Results and discussion

Test resultsopen allclose all

Additional information on results:

RESULTS OF RANGE-FINDING STUDY
- Dose range: 50, 70, 100 mg/kg bw Propargyl alcohol, Number of animals used per dose: 3 males and 3 females
- Clinical signs of toxicity in test animals:
- 50 mg/kg bw: narrowed palpebral fissures, reduced spontaneous activity and uncoordinated galt
- 70 mg/kg bw: narrowed palpebral fissures, reduced spontaneous activity and uncoordinated galt
- 100 mg/kg bw: lacrimation, narrowed palpebral fissures, reduced spontaneous activity, uncoordinated galt and gasping respiration
- Lethality rate 50 mg/kg bw : 0/3 males, 0/3 females
- Lethality rate 70 mg/kg bw: 0/3 males, 0/3 females
- Lethality rate 100 mg/kg bw: 0/3 males, 1/3 females

RESULTS OF DEFINITIVE STUDY
- Induction of micronuclei (for Micronucleus assay): Only the female mice of the 24 and 72 hours killing times showed a very small but statistically significant increase in the number of micronucleated polychromatic erythrocytes. The increase was within the normal range of the negative control values and therefore considered as of no toxicological significance.
- Ratio of PCE/NCE (for Micronucleus assay): The ratio of polychromatic erythrocytes to normocytes remained essentially unaffected by Propargyl alcohol.
- Appropriateness of dose levels and route: dose level and route of exposure were appropriate
- Statistical evaluation: Wilcoxon test (paired, one-sided, increase)

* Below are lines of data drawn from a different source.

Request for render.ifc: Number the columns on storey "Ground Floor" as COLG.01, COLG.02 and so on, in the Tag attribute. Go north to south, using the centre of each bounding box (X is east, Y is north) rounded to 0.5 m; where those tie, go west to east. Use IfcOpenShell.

First a look at what the model holds.

```python
import ifcopenshell
import ifcopenshell.util.element
import ifcopenshell.util.placement

model = ifcopenshell.open("render.ifc")
print(model.schema)
storey = next(s for s in model.by_type("IfcBuildingStorey") if s.Name == "Ground Floor")
columns = [e for e in ifcopenshell.util.element.get_decomposition(storey) if e.is_a("IfcColumn")]
for e in sorted(columns, key=lambda e: e.id()):
    origin = ifcopenshell.util.placement.get_local_placement(e.ObjectPlacement)[:3, 3]
    print(e.id(), e.Tag, e.Name, origin.round(2) + 0.0, sep=" | ")
```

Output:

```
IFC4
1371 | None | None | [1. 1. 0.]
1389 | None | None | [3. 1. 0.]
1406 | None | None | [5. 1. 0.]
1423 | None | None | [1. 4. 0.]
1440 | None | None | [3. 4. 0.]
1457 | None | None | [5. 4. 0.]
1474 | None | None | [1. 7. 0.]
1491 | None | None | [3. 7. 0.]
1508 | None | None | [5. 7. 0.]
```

```python
import ifcopenshell
import ifcopenshell.geom
import ifcopenshell.util.element
import ifcopenshell.util.shape

model = ifcopenshell.open("render.ifc")
settings = ifcopenshell.geom.settings()
settings.set("use-world-coords", True)


def centre(element):
    shape = ifcopenshell.geom.create_shape(settings, element)
    return ifcopenshell.util.shape.get_bbox_centroid(shape.geometry)


storey = next(s for s in model.by_type("IfcBuildingStorey") if s.Name == "Ground Floor")
columns = [e for e in ifcopenshell.util.element.get_decomposition(storey) if e.is_a("IfcColumn")]

# Insertion points can sit at a corner or the storey origin, so sort by the geometry (in metres).
centres = {e: centre(e) for e in columns}
columns.sort(key=lambda e: (-round(centres[e][1] / 0.5), centres[e][0]))

for i, e in enumerate(columns, start=1):
    number = f"COLG.{i:02d}"
    e.Tag = number
    print(e.id(), number)

model.write("render_rev.ifc")
```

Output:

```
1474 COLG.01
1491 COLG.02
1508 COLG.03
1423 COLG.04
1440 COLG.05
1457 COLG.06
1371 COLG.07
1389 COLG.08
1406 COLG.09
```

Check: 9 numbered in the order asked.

Any other information on results incl. tables

For further details on results see attached background material.

Applicant's summary and conclusion

Executive summary:

In a NRMI mouse bone marrow micronucleus assay 5 animals/sex/dose were treated orally by gavage with Propargyl alcohol (99.4% a.i.) as aqueous solution at doses of 0 and 70 mg/kg bw (the vehicle was water). The animals were treated once with the test compound and were killed 24, 48 and 72 hours after administration. Subsequently, bone marrow cells were harvested at 24, 48 and 72 hours post-treatment. Propargyl alcohol was tested at an adequate dose (based on a preliminary study). Only the females of the 24 and 72 hours killing times showed a very small but statistically significant increase in the number of micronucleated polychromatic erythrocytes. The increase was within the normal range of the negative control values and therefore considered as of no toxicological significance. The ratio of polychromatic/normochromatic erythrocytes in both male and female animals remained unaffected by the treatment and was statistically not different from the control values. The positive control induced the appropriate response. The reuslts demonstrate that Propargyl alcohol is not mutagenic in the micronucleus test. This study is classified as acceptable and satisfies the requirement for Test Guideline OECD 474 for in vivo cytogenetic mutagenicity data.